Start of SOURCE MATERIAL

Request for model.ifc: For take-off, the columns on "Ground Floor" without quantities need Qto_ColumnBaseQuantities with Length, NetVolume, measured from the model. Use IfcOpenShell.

First a look at what the model holds.

```python
import ifcopenshell
import ifcopenshell.util.element
import ifcopenshell.util.unit

model = ifcopenshell.open("model.ifc")
print(model.schema)
for unit_type in ("LENGTHUNIT", "AREAUNIT", "VOLUMEUNIT"):
    print(unit_type, ifcopenshell.util.unit.calculate_unit_scale(model, unit_type))
storey = next(s for s in model.by_type("IfcBuildingStorey") if s.Name == "Ground Floor")
columns = [e for e in ifcopenshell.util.element.get_decomposition(storey) if e.is_a("IfcColumn")]
for e in sorted(columns, key=lambda e: e.id()):
    print(e.id(), e.is_a(), e.Name, list(ifcopenshell.util.element.get_psets(e, qtos_only=True)), sep=" | ")
```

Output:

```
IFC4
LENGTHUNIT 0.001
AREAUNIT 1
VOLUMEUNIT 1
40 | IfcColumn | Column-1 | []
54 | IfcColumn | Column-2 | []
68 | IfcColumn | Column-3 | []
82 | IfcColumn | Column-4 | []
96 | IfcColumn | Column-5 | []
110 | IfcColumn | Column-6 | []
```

```python
import ifcopenshell
import ifcopenshell.api.pset
import ifcopenshell.geom
import ifcopenshell.util.element
import ifcopenshell.util.shape
import ifcopenshell.util.unit

model = ifcopenshell.open("model.ifc")
unit_scale = ifcopenshell.util.unit.calculate_unit_scale(model)
volume_scale = ifcopenshell.util.unit.calculate_unit_scale(model, "VOLUMEUNIT")
settings = ifcopenshell.geom.settings()

storey = next(s for s in model.by_type("IfcBuildingStorey") if s.Name == "Ground Floor")
columns = [e for e in ifcopenshell.util.element.get_decomposition(storey) if e.is_a("IfcColumn")]

for e in sorted(columns, key=lambda e: e.id()):
    if ifcopenshell.util.element.get_psets(e, qtos_only=True, should_inherit=False):
        continue
    # Geometry comes back in metres, in the element's own axes.
    shape = ifcopenshell.geom.create_shape(settings, e)
    values = {
        "Length": ifcopenshell.util.shape.get_z(shape.geometry) / unit_scale,
        "NetVolume": ifcopenshell.util.shape.get_volume(shape.geometry) / volume_scale,
    }
    qto = ifcopenshell.api.pset.add_qto(model, product=e, name="Qto_ColumnBaseQuantities")
    ifcopenshell.api.pset.edit_qto(model, qto=qto, properties=values)
    print(e.id(), {k: round(v, 3) for k, v in values.items()})

model.write("model_updated.ifc")
```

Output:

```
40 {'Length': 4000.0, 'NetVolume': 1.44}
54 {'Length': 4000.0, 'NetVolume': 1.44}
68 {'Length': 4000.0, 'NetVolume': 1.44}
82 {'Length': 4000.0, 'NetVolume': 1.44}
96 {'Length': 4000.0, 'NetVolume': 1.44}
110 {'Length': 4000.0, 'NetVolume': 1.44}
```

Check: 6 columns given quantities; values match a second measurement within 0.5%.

End of SOURCE MATERIAL

§ **WHAT THE EXERCISE ASKS**:
Return the full listing, word for word.

§ **COMPLETED EXERCISE**:
Request for model.ifc: For take-off, the columns on "Ground Floor" without quantities need Qto_ColumnBaseQuantities with Length, NetVolume, measured from the model. Use IfcOpenShell.

First a look at what the model holds.

```python
import ifcopenshell
import ifcopenshell.util.element
import ifcopenshell.util.unit

model = ifcopenshell.open("model.ifc")
print(model.schema)
for unit_type in ("LENGTHUNIT", "AREAUNIT", "VOLUMEUNIT"):
    print(unit_type, ifcopenshell.util.unit.calculate_unit_scale(model, unit_type))
storey = next(s for s in model.by_type("IfcBuildingStorey") if s.Name == "Ground Floor")
columns = [e for e in ifcopenshell.util.element.get_decomposition(storey) if e.is_a("IfcColumn")]
for e in sorted(columns, key=lambda e: e.id()):
    print(e.id(), e.is_a(), e.Name, list(ifcopenshell.util.element.get_psets(e, qtos_only=True)), sep=" | ")
```

Output:

```
IFC4
LENGTHUNIT 0.001
AREAUNIT 1
VOLUMEUNIT 1
40 | IfcColumn | Column-1 | []
54 | IfcColumn | Column-2 | []
68 | IfcColumn | Column-3 | []
82 | IfcColumn | Column-4 | []
96 | IfcColumn | Column-5 | []
110 | IfcColumn | Column-6 | []
```

```python
import ifcopenshell
import ifcopenshell.api.pset
import ifcopenshell.geom
import ifcopenshell.util.element
import ifcopenshell.util.shape
import ifcopenshell.util.unit

model = ifcopenshell.open("model.ifc")
unit_scale = ifcopenshell.util.unit.calculate_unit_scale(model)
volume_scale = ifcopenshell.util.unit.calculate_unit_scale(model, "VOLUMEUNIT")
settings = ifcopenshell.geom.settings()

storey = next(s for s in model.by_type("IfcBuildingStorey") if s.Name == "Ground Floor")
columns = [e for e in ifcopenshell.util.element.get_decomposition(storey) if e.is_a("IfcColumn")]

for e in sorted(columns, key=lambda e: e.id()):
    if ifcopenshell.util.element.get_psets(e, qtos_only=True, should_inherit=False):
        continue
    # Geometry comes back in metres, in the element's own axes.
    shape = ifcopenshell.geom.create_shape(settings, e)
    values = {
        "Length": ifcopenshell.util.shape.get_z(shape.geometry) / unit_scale,
        "NetVolume": ifcopenshell.util.shape.get_volume(shape.geometry) / volume_scale,
    }
    qto = ifcopenshell.api.pset.add_qto(model, product=e, name="Qto_ColumnBaseQuantities")
    ifcopenshell.api.pset.edit_qto(model, qto=qto, properties=values)
    print(e.id(), {k: round(v, 3) for k, v in values.items()})

model.write("model_updated.ifc")
```

Output:

```
40 {'Length': 4000.0, 'NetVolume': 1.44}
54 {'Length': 4000.0, 'NetVolume': 1.44}
68 {'Length': 4000.0, 'NetVolume': 1.44}
82 {'Length': 4000.0, 'NetVolume': 1.44}
96 {'Length': 4000.0, 'NetVolume': 1.44}
110 {'Length': 4000.0, 'NetVolume': 1.44}
```

Check: 6 columns given quantities; values match a second measurement within 0.5%.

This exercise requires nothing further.